══ Recorded data

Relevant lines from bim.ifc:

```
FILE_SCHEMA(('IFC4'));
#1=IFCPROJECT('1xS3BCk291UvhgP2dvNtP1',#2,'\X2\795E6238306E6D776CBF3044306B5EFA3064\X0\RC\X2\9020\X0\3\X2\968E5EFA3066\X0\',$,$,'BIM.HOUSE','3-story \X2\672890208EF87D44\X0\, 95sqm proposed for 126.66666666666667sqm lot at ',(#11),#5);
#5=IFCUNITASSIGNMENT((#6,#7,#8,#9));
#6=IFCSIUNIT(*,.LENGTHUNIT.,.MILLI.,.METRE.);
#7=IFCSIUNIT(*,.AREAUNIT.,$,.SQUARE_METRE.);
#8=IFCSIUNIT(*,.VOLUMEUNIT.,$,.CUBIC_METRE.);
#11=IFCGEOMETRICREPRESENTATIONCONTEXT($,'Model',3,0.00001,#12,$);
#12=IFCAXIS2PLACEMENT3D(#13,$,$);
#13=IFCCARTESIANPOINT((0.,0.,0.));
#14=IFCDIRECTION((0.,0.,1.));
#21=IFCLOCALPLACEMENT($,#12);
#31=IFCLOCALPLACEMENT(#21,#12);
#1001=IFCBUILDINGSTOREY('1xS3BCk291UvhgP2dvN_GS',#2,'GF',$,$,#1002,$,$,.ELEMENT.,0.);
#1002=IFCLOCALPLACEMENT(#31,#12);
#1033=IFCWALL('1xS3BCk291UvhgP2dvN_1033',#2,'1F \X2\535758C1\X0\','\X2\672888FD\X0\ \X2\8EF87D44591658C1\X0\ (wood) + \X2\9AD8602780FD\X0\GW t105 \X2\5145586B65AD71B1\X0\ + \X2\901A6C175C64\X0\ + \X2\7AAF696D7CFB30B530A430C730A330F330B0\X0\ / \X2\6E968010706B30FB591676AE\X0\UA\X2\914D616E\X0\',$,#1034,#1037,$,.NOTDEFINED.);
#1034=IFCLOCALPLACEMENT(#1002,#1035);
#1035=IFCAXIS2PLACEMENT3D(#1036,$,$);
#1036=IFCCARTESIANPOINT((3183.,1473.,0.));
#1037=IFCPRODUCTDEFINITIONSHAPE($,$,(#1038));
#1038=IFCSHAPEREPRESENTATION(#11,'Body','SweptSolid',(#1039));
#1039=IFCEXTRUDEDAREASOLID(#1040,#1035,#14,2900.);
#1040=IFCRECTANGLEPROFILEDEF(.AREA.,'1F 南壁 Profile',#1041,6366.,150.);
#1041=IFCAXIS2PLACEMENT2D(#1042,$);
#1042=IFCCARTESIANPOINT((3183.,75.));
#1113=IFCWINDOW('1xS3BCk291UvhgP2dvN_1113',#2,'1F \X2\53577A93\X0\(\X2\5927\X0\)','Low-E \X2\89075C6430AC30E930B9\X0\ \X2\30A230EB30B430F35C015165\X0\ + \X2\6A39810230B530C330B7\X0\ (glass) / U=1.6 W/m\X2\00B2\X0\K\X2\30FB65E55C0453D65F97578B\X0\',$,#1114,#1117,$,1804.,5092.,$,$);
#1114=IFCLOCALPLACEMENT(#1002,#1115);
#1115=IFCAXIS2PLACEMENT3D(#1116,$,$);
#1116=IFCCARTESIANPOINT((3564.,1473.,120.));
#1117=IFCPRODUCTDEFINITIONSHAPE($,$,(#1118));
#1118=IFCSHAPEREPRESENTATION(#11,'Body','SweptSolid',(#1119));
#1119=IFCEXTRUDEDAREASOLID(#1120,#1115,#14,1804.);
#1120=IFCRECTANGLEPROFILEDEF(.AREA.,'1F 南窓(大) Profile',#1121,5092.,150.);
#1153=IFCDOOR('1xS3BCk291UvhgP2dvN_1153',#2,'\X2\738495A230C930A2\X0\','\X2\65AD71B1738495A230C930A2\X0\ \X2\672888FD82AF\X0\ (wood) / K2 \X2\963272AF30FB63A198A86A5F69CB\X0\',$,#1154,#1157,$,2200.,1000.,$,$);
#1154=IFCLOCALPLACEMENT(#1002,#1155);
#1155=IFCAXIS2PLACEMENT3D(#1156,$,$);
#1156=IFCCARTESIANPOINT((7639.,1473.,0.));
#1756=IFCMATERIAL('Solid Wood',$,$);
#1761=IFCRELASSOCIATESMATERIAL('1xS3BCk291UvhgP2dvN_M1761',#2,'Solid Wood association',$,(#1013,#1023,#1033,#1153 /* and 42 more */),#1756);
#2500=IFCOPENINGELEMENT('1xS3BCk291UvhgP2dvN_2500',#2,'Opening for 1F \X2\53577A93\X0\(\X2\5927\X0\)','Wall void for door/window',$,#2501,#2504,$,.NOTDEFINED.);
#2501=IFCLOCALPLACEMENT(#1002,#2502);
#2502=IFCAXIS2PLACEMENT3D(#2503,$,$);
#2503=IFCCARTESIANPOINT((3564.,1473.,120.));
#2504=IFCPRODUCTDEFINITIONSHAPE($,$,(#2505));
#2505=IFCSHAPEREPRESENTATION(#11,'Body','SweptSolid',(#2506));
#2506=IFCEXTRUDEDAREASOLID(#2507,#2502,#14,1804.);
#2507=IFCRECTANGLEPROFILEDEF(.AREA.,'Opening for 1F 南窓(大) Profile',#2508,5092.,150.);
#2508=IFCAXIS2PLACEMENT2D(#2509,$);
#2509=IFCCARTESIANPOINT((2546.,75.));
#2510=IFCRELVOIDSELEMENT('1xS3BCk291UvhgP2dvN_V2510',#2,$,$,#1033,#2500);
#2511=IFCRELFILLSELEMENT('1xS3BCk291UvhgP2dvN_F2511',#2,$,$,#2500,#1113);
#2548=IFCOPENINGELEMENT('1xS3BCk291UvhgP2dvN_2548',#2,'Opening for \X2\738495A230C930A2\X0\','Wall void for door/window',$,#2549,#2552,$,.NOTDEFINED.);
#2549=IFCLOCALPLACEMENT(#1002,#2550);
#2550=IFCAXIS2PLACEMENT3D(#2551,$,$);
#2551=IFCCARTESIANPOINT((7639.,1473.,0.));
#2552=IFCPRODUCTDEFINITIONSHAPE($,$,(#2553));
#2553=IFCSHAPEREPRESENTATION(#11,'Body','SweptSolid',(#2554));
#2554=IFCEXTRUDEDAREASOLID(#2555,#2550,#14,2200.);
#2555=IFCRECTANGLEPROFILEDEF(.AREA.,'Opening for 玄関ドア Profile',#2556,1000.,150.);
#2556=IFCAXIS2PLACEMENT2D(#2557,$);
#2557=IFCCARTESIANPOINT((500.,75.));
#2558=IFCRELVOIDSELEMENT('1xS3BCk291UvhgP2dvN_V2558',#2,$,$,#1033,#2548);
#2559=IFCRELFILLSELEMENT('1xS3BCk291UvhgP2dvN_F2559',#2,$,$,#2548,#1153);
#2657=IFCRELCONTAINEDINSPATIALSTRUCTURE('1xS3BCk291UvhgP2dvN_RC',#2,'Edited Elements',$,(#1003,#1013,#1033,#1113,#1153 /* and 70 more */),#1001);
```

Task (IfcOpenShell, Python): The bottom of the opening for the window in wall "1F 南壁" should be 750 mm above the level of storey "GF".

```python
import numpy as np
import ifcopenshell
import ifcopenshell.api.geometry
import ifcopenshell.geom
import ifcopenshell.util.element
import ifcopenshell.util.placement
import ifcopenshell.util.shape
import ifcopenshell.util.unit

model = ifcopenshell.open("bim.ifc")
unit_scale = ifcopenshell.util.unit.calculate_unit_scale(model)

window = model.by_guid("1xS3BCk291UvhgP2dvN_1113")
opening = window.FillsVoids[0].RelatingOpeningElement
storey = ifcopenshell.util.element.get_container(window, ifc_class="IfcBuildingStorey")
level = ifcopenshell.util.placement.get_local_placement(storey.ObjectPlacement)[2, 3]

# The opening's origin need not be at the sill, so measure its lowest point.
shape = ifcopenshell.geom.create_shape(ifcopenshell.geom.settings(), opening)
bottom = ifcopenshell.util.shape.get_shape_bottom_elevation(shape, shape.geometry) / unit_scale
dz = level + 0.75 / unit_scale - bottom

shift = np.array([0.0, 0.0, dz])
# The window is not placed relative to its opening, so move both.
for product in (opening, window):
    matrix = ifcopenshell.util.placement.get_local_placement(product.ObjectPlacement)
    matrix[:3, 3] += shift
    ifcopenshell.api.geometry.edit_object_placement(model, product=product, matrix=matrix, is_si=False)

print(f"moved by {dz * unit_scale:+.3f} m")

model.write("bim-out.ifc")
```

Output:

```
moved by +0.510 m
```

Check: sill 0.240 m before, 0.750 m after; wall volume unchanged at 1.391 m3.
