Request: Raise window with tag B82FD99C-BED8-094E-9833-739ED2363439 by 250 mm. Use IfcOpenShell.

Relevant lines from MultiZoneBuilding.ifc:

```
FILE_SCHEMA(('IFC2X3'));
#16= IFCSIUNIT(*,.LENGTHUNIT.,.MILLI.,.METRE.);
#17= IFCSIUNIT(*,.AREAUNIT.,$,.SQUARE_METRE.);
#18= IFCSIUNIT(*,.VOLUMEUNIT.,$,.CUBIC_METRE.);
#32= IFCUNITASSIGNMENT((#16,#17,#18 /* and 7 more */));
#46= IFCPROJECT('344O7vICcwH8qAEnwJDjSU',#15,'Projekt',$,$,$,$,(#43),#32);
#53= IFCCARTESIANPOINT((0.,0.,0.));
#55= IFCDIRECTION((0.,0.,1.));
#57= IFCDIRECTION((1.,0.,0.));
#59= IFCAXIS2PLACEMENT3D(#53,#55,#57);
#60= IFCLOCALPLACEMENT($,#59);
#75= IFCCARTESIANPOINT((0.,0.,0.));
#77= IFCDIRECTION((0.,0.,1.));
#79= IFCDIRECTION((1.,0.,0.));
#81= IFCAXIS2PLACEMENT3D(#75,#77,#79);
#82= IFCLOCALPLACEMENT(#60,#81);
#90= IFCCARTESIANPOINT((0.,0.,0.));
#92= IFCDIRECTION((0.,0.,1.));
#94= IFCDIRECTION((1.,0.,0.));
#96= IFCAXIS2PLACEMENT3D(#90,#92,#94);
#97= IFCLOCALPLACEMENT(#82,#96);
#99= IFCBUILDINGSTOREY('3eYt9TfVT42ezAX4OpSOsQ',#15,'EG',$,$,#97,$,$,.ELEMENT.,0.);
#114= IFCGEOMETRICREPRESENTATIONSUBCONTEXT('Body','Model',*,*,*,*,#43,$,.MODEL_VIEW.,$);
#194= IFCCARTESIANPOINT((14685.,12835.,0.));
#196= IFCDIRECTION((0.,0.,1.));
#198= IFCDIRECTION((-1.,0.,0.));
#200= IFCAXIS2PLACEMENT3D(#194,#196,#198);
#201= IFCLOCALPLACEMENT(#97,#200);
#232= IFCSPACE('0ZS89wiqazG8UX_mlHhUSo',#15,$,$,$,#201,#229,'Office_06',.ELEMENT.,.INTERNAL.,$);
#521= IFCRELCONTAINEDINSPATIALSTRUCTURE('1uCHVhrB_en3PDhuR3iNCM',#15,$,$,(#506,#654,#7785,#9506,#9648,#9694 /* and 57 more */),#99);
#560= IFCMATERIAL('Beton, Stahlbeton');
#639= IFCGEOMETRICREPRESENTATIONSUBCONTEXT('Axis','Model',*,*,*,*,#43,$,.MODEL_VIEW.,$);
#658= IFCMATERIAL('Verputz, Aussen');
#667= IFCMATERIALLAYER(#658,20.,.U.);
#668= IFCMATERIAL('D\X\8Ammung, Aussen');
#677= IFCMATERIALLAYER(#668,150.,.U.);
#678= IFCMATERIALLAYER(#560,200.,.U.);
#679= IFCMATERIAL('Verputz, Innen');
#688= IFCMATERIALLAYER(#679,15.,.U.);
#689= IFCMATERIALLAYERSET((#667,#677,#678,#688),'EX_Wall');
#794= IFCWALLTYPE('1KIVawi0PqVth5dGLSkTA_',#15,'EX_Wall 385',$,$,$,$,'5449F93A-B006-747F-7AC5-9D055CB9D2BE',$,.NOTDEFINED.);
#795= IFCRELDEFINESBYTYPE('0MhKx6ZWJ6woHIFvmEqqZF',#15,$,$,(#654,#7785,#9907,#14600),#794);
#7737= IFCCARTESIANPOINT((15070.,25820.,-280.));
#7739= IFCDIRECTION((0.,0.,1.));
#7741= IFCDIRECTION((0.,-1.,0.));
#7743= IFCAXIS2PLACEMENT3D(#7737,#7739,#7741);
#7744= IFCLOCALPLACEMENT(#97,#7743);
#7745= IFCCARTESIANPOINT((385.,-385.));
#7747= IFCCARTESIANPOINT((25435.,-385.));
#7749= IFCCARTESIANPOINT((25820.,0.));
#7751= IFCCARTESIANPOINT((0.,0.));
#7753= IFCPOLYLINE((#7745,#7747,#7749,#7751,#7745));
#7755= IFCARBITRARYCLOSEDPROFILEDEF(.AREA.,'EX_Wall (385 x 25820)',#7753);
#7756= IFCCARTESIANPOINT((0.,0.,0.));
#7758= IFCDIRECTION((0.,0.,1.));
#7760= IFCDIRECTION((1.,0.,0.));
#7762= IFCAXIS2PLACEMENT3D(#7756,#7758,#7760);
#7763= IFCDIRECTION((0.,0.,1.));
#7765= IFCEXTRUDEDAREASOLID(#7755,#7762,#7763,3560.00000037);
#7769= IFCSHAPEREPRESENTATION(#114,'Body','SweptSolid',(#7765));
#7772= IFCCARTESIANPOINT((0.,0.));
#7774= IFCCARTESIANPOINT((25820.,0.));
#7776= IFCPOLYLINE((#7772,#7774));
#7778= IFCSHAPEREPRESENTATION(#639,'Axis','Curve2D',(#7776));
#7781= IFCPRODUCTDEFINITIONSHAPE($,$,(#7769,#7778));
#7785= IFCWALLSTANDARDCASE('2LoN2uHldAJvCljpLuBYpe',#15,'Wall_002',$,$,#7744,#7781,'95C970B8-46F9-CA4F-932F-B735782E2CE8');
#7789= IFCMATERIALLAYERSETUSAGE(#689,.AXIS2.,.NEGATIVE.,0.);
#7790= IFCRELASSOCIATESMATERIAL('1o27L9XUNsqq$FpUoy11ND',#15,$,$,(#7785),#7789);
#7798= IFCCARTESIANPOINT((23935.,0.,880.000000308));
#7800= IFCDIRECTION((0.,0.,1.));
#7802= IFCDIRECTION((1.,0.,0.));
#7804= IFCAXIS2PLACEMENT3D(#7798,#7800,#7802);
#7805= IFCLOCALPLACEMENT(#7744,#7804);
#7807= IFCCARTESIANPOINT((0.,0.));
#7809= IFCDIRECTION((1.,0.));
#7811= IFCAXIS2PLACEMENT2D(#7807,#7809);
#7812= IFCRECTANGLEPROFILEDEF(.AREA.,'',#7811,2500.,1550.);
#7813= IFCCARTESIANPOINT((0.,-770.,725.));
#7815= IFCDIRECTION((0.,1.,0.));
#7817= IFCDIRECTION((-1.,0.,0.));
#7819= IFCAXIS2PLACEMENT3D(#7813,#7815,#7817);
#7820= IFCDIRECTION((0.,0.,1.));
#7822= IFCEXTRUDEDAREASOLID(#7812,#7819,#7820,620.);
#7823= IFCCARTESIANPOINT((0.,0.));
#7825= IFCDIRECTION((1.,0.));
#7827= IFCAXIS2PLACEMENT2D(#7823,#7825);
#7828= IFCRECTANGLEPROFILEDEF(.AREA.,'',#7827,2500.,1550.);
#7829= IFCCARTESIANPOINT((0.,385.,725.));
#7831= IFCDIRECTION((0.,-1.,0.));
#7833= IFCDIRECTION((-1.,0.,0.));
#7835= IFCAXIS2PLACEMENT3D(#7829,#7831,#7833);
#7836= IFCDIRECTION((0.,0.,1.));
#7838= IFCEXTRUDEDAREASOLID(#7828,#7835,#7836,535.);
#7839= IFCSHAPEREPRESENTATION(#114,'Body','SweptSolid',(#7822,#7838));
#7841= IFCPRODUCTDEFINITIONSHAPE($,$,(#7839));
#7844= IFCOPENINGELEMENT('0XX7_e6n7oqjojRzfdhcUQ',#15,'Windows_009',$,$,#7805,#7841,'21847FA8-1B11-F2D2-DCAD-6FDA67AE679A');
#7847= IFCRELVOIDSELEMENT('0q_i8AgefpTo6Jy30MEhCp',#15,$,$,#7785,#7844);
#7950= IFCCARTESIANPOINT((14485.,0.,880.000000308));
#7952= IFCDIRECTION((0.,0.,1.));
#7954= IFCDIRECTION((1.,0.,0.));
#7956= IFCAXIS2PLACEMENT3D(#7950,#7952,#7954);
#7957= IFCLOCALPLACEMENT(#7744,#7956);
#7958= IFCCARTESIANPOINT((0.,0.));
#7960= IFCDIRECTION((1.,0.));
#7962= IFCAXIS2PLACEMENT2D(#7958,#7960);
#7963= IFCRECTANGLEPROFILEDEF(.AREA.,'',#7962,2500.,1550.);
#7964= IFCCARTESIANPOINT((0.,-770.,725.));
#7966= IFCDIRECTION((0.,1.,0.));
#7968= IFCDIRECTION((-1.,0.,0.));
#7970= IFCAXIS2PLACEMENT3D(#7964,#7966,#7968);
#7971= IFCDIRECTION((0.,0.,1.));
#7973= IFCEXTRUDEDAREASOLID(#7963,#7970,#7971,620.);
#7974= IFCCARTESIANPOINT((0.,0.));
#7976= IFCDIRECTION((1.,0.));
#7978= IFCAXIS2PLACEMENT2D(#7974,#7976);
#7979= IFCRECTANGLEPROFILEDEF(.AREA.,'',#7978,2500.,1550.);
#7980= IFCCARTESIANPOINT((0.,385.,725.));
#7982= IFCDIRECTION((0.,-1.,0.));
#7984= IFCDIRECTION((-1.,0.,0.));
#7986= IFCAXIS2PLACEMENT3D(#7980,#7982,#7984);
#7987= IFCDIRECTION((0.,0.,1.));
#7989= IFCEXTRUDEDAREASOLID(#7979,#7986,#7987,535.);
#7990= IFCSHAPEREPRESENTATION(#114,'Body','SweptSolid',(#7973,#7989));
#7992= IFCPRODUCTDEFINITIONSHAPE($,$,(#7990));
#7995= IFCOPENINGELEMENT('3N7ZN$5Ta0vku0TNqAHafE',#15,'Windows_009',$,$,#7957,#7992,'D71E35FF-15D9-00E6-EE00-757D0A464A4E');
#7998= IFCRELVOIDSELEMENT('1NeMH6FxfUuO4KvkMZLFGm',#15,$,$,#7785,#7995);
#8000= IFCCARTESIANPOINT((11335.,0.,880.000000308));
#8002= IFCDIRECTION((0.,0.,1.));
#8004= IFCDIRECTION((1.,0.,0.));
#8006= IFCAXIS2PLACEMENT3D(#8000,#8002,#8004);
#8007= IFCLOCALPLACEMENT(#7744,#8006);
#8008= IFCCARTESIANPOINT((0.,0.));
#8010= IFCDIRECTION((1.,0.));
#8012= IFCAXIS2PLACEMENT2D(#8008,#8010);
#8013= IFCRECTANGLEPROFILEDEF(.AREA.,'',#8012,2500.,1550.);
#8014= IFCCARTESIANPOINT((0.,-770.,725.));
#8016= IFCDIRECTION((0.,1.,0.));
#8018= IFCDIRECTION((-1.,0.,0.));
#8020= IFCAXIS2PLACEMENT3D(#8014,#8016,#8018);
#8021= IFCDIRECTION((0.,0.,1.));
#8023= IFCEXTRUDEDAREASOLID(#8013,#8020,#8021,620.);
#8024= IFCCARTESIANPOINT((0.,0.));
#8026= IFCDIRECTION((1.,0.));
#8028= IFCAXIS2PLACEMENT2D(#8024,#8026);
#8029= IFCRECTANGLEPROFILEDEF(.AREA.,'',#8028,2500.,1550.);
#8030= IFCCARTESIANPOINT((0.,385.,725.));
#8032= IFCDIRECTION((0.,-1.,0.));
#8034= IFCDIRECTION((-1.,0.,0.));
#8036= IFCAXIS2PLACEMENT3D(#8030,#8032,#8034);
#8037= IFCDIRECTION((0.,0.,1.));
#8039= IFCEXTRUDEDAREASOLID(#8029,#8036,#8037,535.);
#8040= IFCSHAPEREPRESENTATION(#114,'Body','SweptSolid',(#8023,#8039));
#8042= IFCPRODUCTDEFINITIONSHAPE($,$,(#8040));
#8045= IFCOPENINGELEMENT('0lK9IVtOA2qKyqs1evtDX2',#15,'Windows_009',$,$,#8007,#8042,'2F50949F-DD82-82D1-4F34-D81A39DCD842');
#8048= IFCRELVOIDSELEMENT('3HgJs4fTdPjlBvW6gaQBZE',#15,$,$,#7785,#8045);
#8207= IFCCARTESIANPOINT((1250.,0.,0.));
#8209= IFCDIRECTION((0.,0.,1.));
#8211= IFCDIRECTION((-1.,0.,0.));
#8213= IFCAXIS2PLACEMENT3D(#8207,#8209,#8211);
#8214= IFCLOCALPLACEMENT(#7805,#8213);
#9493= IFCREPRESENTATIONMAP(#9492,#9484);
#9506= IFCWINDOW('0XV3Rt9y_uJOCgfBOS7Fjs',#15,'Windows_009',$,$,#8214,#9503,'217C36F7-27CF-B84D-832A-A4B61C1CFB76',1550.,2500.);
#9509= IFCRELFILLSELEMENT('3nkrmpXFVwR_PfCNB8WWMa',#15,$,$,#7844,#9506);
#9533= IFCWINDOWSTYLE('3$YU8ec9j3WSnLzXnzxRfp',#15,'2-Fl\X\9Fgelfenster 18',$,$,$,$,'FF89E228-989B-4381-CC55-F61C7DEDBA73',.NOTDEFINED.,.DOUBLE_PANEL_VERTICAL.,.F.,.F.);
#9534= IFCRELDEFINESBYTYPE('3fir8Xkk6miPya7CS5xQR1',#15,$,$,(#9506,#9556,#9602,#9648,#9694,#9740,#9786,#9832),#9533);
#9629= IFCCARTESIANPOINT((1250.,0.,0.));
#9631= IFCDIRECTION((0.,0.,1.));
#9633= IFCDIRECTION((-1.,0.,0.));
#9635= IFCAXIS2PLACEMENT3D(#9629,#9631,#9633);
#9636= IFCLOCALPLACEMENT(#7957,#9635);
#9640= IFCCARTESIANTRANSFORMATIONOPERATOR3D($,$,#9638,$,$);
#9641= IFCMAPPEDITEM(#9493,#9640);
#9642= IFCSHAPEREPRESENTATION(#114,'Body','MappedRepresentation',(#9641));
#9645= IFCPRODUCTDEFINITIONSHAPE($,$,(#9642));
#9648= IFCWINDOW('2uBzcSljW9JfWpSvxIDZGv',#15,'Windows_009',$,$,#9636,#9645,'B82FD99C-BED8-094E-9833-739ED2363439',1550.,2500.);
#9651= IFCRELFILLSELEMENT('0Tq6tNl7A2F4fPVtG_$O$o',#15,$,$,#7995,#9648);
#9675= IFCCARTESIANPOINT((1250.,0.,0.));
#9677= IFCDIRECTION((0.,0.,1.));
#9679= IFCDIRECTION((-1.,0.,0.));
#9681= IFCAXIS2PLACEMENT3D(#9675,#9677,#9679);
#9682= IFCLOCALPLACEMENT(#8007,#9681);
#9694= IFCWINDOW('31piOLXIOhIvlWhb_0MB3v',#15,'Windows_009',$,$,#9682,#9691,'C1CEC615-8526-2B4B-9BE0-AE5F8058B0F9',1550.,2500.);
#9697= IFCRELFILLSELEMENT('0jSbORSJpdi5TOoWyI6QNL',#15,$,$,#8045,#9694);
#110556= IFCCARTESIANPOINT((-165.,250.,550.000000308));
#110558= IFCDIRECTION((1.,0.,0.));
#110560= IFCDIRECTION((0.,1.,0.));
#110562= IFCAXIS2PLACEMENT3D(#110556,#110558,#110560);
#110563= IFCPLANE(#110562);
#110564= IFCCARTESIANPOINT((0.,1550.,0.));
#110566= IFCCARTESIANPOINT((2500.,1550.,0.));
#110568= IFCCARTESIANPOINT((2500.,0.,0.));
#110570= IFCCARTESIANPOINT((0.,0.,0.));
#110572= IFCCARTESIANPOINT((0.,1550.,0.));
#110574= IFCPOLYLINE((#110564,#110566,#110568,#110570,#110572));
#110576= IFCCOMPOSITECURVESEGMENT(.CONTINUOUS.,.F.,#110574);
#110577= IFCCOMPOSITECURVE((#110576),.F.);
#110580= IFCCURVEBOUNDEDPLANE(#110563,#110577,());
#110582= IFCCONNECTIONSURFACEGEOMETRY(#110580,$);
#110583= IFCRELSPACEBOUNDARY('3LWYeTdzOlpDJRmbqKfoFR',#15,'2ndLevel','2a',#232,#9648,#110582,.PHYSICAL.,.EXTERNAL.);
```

```python
import numpy as np
import ifcopenshell
import ifcopenshell.api.geometry
import ifcopenshell.util.placement
import ifcopenshell.util.unit

model = ifcopenshell.open("MultiZoneBuilding.ifc")
unit_scale = ifcopenshell.util.unit.calculate_unit_scale(model)

window = model.by_id(9648)
opening = window.FillsVoids[0].RelatingOpeningElement
dz = 0.25 / unit_scale

shift = np.array([0.0, 0.0, dz])
# The window is placed relative to its opening, so it follows when the opening moves.
matrix = ifcopenshell.util.placement.get_local_placement(opening.ObjectPlacement)
matrix[:3, 3] += shift
ifcopenshell.api.geometry.edit_object_placement(
    model, product=opening, matrix=matrix, is_si=False, should_transform_children=True
)

# Space boundary surfaces are stored in each space's coordinates; move them too.
for rel in window.ProvidesBoundaries:
    if not rel.ConnectionGeometry:
        continue
    surface = rel.ConnectionGeometry.SurfaceOnRelatingElement.BasisSurface
    space_matrix = ifcopenshell.util.placement.get_local_placement(rel.RelatingSpace.ObjectPlacement)
    point = np.array(surface.Position.Location.Coordinates) + space_matrix[:3, :3].T @ shift
    surface.Position = model.createIfcAxis2Placement3D(
        model.createIfcCartesianPoint(point.tolist()), surface.Position.Axis, surface.Position.RefDirection
    )

print(f"moved by {dz * unit_scale:+.3f} m")

model.write("MultiZoneBuilding_v2.ifc")
```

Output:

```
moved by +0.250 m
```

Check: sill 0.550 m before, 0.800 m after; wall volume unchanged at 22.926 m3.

════

• _Exercise description_: Take every line from the data above that holds "IFCSIUNIT" and copy it out.

• _Expected answer_:
#6=IFCSIUNIT(*,.LENGTHUNIT.,.MILLI.,.METRE.);
#7=IFCSIUNIT(*,.AREAUNIT.,$,.SQUARE_METRE.);
#8=IFCSIUNIT(*,.VOLUMEUNIT.,$,.CUBIC_METRE.);
#16= IFCSIUNIT(*,.LENGTHUNIT.,.MILLI.,.METRE.);
#17= IFCSIUNIT(*,.AREAUNIT.,$,.SQUARE_METRE.);
#18= IFCSIUNIT(*,.VOLUMEUNIT.,$,.CUBIC_METRE.);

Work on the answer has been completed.